Aye, they're good. They originally wrote "Must Have Been Those Pills I Took", actually. Now a famous Hank III song.

They're playing with the Goddamn Gallows in a few days, if they haven't already. Sounds like an amazing show.


----------



## Nelco (Mar 31, 2011)

Alaska said:


> Aye, they're good. They originally wrote "Must Have Been Those Pills I Took", actually. Now a famous Hank III song.
> 
> They're playing with the Goddamn Gallows in a few days, if they haven't already. Sounds like an amazing show.



no shit! i really like the goddamn gallows..where's this going down?


----------



## Alaska (Mar 31, 2011)

I'll ask em on the facebook. I forget when. 

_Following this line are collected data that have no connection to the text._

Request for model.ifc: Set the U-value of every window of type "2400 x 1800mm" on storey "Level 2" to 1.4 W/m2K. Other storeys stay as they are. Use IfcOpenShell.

First a look at what the model holds.

```python
import ifcopenshell
import ifcopenshell.util.element

model = ifcopenshell.open("model.ifc")
print(model.schema)
storey = next(s for s in model.by_type("IfcBuildingStorey") if s.Name == "Level 2")
windows = [e for e in ifcopenshell.util.element.get_decomposition(storey) if e.is_a("IfcWindow")]
seen = {}
for e in windows:
    element_type = ifcopenshell.util.element.get_type(e)
    key = (element_type.Name if element_type != e and element_type else None, ifcopenshell.util.element.get_pset(e, "Pset_WindowCommon", "ThermalTransmittance"))
    seen[key] = seen.get(key, 0) + 1
for (name, value), count in sorted(seen.items(), key=str):
    print(count, "x", name, "|", value)
```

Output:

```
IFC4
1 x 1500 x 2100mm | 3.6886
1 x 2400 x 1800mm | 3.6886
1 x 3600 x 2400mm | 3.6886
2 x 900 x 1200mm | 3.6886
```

```python
import ifcopenshell
import ifcopenshell.api.pset
import ifcopenshell.util.element

model = ifcopenshell.open("model.ifc")

storey = next(s for s in model.by_type("IfcBuildingStorey") if s.Name == "Level 2")
windows = [e for e in ifcopenshell.util.element.get_decomposition(storey) if e.is_a("IfcWindow")]

count = 0
for e in windows:
    element_type = ifcopenshell.util.element.get_type(e)
    if element_type in (None, e) or element_type.Name != "2400 x 1800mm":
        continue
    # add_pset returns the element's existing set when there is one.
    pset = ifcopenshell.api.pset.add_pset(model, product=e, name="Pset_WindowCommon")
    ifcopenshell.api.pset.edit_pset(model, pset=pset, properties={"ThermalTransmittance": 1.4})
    count += 1

print(count, "windows updated")

model.write("model_v2.ifc")
```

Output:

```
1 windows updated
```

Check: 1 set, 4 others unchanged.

Yeah, DogBite Harris, too I think... Sounds so good.


----------



## Mouse (Mar 31, 2011)

my friend in MI had set up a double birthday bash for me and him and he had these guys lined up to play.. and then everything fell apart. I was so looking forward to going to MI and seeing my friend and this band but life's a bitch


----------



## bastardmaker (Apr 7, 2011)

I used to book shows in Austin, and I've booked them a couple times. always a good time


----------